Ce chiffre reste cependant insuffisant pour atteindre la majorité requise, à 39 voix près. Mais la France insoumise ne part pas vaincue pour autant. Au micro de franceinfo le 20 janvier, la cheffe de file insoumise Mathilde Panot estimait encore possible d’« avoir une majorité » pour la censure : « il suffit qu’il y ait quelques députés socialistes, quelques députés des Républicains qui ne soient pas d’accord », a-t-elle fait valoir.
Encore trop de dépenses pour les LR
De fait Les Républicains sont mécontents. « Tout le monde dit “cocorico, nous allons être à moins de 5 %” mais il y a un an, l’objectif était d’être à 4,7 % », a rappelé Philippe Juvin (LR), le rapporteur général du budget, se disant « très inquiet ». Face aux inquiétudes exprimées par la droite, le chef du gouvernement s’est donc voulu rassurant : « Conformément à l’engagement du gouvernement, le déficit public sera de 5 % en 2026, contre 5,4 % en 2025 », a-t-il assuré.
Pour y parvenir, la ministre des Comptes Publics Amélie de Montchalin a détaillé plusieurs sources d’économies à l’issue du Conseil des ministres : 1, 5 milliard issus de la suppression de la réserve budgétaire des ministères – une sorte d’épargne qui permet de revoir à la hausse le budget en dernière minute – sauf « crise ou besoin exceptionnel » ; 2 milliards d’euros d’économies sur les agences et les opérateurs de l’État (les universités, France Travail, Météo France, le CNRS par exemple) ; 1 milliard d’euros d’économies sur les achats publics…
Malgré ces gages, les troupes de Laurent Wauquiez font la grimace. La ligne politique choisie par Matignon vis-à-vis des entreprises, avec notamment la reconduction de la taxe sur les bénéfices des plus grandes, ainsi que la baisse jugée insuffisante des dépenses publiques ont du mal à passer. « J’avais fait plusieurs propositions de baisses des dépenses publiques en tant que rapporteur général du budget et elles n’ont pas été retenues. C’est très dommage », a regretté Philippe Juvin sur Radio J le 21 janvier.

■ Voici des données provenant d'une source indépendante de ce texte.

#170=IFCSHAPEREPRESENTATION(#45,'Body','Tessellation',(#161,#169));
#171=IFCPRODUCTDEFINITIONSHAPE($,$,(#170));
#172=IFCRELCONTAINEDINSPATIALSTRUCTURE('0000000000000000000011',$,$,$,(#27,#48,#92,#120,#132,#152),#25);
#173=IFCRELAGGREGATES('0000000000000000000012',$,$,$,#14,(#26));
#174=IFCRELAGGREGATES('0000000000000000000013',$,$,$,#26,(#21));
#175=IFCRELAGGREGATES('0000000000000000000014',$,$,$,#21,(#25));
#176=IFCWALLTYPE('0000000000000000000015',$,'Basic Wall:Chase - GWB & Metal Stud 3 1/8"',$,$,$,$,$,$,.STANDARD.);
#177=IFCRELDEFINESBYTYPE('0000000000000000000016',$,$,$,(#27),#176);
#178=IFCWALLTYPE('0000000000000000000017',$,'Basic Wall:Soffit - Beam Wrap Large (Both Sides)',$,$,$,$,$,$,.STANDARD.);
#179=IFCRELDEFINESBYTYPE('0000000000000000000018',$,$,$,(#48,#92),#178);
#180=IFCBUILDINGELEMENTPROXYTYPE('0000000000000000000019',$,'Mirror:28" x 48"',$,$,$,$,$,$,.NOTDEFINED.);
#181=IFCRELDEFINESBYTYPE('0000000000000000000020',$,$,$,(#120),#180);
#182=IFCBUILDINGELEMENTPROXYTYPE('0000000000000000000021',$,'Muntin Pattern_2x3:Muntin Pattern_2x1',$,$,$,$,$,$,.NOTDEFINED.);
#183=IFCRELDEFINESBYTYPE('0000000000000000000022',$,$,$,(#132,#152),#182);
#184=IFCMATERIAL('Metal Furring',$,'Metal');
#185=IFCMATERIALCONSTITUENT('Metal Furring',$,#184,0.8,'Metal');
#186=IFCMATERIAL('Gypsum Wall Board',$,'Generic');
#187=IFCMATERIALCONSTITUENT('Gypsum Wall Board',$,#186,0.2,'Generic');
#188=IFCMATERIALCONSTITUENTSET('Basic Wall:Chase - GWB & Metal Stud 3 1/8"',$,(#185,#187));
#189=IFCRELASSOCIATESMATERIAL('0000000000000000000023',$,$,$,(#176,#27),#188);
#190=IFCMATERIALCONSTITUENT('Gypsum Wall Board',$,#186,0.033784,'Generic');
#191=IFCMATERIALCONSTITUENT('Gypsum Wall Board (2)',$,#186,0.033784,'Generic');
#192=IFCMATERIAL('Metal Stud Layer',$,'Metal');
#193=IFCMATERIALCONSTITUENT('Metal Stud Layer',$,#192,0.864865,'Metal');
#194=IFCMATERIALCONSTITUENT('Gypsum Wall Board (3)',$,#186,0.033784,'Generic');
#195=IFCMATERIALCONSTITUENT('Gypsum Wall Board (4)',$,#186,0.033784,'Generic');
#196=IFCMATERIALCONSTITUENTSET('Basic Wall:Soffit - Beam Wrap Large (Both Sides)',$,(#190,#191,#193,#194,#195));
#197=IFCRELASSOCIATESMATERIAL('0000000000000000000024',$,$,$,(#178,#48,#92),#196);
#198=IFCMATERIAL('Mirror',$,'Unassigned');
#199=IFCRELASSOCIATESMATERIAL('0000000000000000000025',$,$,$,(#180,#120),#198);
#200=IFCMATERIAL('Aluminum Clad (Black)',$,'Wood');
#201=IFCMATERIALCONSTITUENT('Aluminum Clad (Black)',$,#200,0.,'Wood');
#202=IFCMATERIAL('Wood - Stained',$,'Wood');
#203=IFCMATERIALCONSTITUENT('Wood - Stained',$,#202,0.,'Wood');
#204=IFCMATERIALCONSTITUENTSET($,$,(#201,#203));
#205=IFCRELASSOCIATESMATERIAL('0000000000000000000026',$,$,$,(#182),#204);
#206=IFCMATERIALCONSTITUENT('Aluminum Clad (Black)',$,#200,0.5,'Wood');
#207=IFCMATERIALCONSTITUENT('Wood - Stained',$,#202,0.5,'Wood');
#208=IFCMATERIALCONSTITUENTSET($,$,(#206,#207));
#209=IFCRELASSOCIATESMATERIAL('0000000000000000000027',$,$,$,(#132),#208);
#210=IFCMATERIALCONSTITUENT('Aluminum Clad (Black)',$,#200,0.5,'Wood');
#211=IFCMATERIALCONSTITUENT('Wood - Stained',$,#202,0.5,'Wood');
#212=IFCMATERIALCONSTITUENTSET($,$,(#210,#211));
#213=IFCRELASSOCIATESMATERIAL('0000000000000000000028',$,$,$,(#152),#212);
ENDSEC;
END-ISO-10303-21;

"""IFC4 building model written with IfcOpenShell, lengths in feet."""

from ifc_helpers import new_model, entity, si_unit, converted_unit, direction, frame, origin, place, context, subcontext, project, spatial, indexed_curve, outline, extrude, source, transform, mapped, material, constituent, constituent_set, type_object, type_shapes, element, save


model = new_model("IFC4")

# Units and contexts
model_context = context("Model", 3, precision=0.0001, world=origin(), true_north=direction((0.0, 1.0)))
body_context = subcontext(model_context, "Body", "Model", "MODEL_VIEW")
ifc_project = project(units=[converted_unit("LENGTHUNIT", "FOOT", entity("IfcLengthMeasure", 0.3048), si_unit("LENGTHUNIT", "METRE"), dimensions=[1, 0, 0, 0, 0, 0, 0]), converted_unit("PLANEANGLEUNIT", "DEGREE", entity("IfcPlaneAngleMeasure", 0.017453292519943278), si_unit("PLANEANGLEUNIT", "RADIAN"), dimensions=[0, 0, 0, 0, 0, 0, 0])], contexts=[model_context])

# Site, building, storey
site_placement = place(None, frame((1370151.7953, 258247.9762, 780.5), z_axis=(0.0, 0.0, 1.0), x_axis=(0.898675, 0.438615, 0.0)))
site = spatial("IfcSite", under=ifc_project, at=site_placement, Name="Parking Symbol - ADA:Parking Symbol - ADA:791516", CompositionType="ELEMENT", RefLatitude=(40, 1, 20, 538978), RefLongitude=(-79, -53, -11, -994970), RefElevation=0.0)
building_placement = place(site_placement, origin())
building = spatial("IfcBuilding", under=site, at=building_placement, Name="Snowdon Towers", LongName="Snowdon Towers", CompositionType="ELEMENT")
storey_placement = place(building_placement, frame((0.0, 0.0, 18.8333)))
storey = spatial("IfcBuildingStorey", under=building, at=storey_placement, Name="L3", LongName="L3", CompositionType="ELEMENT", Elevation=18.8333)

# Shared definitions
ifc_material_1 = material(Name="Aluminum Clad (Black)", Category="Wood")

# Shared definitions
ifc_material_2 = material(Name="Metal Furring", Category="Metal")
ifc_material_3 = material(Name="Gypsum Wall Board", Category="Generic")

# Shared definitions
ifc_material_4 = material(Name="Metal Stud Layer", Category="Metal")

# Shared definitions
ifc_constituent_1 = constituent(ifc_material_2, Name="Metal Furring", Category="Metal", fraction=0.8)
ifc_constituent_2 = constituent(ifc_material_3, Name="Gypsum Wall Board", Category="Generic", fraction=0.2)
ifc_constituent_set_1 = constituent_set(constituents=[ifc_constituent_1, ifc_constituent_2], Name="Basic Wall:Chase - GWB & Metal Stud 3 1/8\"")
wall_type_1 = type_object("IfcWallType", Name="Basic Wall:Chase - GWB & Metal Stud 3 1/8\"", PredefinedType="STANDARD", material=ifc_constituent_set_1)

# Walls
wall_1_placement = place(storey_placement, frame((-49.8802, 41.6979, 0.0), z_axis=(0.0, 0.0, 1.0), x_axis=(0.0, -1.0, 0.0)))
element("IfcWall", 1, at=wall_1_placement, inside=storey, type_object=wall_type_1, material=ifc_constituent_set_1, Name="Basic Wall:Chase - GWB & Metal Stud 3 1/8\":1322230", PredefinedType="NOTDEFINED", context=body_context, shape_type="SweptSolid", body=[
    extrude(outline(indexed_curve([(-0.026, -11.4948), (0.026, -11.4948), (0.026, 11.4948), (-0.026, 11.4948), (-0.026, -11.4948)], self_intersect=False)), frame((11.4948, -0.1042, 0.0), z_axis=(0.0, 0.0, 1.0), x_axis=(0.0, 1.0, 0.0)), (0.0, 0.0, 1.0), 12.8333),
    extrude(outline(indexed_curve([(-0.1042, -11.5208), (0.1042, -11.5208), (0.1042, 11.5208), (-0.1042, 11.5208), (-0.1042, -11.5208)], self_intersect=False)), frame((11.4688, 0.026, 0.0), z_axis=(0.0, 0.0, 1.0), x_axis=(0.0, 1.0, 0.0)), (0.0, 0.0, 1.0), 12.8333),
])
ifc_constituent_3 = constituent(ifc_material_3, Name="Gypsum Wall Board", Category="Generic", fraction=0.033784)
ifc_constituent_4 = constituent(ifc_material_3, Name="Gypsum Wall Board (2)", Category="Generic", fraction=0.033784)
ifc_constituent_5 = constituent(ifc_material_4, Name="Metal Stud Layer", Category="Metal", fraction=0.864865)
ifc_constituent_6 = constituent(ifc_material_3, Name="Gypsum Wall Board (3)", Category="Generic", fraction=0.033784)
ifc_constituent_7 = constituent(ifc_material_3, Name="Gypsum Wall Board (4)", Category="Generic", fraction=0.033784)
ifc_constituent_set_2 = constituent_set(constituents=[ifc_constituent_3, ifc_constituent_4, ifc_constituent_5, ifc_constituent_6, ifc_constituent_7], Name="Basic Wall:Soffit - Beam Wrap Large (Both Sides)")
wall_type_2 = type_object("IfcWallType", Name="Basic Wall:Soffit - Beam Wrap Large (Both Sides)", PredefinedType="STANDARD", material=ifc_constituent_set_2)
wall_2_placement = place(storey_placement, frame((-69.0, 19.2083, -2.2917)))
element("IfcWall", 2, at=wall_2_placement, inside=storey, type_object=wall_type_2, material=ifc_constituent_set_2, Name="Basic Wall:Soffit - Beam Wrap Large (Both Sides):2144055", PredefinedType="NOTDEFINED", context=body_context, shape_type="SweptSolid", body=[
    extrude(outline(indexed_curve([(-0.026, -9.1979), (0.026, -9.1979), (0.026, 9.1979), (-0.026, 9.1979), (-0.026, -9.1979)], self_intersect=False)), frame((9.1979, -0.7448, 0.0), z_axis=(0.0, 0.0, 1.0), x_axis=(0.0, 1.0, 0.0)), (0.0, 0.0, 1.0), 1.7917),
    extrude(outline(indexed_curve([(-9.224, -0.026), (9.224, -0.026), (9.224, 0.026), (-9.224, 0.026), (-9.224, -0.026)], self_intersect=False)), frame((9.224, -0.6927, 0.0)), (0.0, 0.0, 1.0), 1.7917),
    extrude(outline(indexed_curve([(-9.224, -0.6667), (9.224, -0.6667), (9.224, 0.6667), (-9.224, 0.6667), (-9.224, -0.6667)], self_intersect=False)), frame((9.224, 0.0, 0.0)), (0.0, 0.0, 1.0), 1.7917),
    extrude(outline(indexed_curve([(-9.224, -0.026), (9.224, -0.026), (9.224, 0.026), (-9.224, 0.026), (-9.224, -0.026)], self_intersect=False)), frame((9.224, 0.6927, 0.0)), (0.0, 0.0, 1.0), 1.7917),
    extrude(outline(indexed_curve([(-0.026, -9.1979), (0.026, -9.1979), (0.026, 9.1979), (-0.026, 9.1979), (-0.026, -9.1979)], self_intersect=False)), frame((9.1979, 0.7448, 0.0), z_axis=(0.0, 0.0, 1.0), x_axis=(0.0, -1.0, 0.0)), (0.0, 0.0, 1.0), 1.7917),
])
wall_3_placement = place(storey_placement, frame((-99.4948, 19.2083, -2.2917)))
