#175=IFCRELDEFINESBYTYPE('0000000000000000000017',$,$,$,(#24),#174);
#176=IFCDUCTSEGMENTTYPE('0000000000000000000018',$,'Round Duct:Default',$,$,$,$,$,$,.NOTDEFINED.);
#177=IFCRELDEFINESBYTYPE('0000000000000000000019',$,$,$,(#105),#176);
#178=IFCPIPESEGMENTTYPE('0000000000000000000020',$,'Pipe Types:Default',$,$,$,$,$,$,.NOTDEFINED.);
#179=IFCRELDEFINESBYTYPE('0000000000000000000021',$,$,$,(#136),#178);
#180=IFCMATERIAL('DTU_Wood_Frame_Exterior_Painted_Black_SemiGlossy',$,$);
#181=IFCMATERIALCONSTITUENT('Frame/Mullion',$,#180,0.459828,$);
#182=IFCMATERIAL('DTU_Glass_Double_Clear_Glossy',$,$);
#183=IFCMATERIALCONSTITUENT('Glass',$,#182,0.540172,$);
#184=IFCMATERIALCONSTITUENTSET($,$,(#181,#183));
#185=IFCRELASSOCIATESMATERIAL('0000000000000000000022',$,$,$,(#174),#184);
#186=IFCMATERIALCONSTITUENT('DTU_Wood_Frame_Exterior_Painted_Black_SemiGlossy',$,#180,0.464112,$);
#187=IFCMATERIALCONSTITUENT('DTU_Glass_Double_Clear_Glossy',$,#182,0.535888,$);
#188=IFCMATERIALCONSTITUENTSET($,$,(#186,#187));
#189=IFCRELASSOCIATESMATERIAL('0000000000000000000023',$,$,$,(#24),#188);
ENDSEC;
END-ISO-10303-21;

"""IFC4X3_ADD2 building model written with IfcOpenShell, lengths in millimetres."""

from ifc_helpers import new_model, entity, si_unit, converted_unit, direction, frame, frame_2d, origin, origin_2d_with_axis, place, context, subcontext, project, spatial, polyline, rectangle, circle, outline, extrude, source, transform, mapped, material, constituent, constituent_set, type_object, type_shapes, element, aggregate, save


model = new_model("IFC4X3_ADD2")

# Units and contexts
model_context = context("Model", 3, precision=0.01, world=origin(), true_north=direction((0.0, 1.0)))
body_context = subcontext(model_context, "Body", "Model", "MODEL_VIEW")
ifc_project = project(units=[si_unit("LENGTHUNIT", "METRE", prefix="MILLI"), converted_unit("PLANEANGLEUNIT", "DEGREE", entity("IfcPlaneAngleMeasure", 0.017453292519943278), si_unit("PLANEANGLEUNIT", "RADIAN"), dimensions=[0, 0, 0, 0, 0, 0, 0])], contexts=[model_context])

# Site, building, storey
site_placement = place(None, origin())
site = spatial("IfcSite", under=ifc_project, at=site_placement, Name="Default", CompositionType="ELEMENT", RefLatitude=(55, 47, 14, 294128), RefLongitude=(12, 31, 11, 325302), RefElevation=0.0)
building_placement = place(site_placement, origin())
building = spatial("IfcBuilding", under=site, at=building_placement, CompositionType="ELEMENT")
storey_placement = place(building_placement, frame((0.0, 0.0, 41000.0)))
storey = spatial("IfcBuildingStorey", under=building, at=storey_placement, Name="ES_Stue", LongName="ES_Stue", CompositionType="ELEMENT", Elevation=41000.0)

Des dissidences à prévoir, sans risque pour le Premier ministre
Le groupe dans son ensemble partage le même constat : la copie budgétaire du gouvernement est « imparfaite ». Mais le chef de file a tranché. Au vu du « contexte international », il ne serait « pas sérieux de faire tomber le gouvernement et de laisser la France sans budget », a déclaré Laurent Wauquiez deux jours avant le vote devant l’Association des journalistes parlementaires (AJP).
La consigne est passée. Les précédents scrutins ont montré qu’elle était généralement suivie… à quelques exceptions près. En octobre, trois élus LR avaient soutenu la motion de censure du RN après la démission-renomination de Sébastien Lecornu à Matignon. Le 14 janvier, alors que l’ordre international se trouvait déjà mis sens dessus dessous par Donald Trump, un seul s’y était risqué. Qu’en sera-t-il cette fois-ci ? Au moins une élue a annoncé faire acte de désobéissance : la députée des Alpes-Maritimes Alexandra Martin, qui porte les couleurs du parti de David Lisnard, maire de Cannes, qui juge « impensable » pour « un député de droite » de ne pas censurer un budget « socialiste. »
Cette voix supplémentaire ne sera cependant pas suffisante pour faire tomber le gouvernement Lecornu. Côté socialiste, le groupe suivra « dans sa quasi-unanimité » la consigne de non-censure, anticipe une source parlementaire sondée par Le HuffPost. « Il y aura peut-être quelques députés, notamment apparentés, qui voteront la censure. Mais ça ne sera pas de nature à changer l’issue du vote », analyse-t-elle. Les 22 élus du groupe LIOT, susceptibles en cas de scrutin serré de faire basculer le résultat, ont en effet annoncé dès le 20 janvier à TF1 qu’ils ne voteraient pas la censure, leurs demandes ayant été entendues. C’est donc serein que Sébastien Lecornu abordera la séance de ce vendredi matin. Il lui faudra cependant se plier à l’exercice encore deux fois, le temps que l’ensemble du budget soit soumis à la procédure de 49.3. Une marche après l’autre.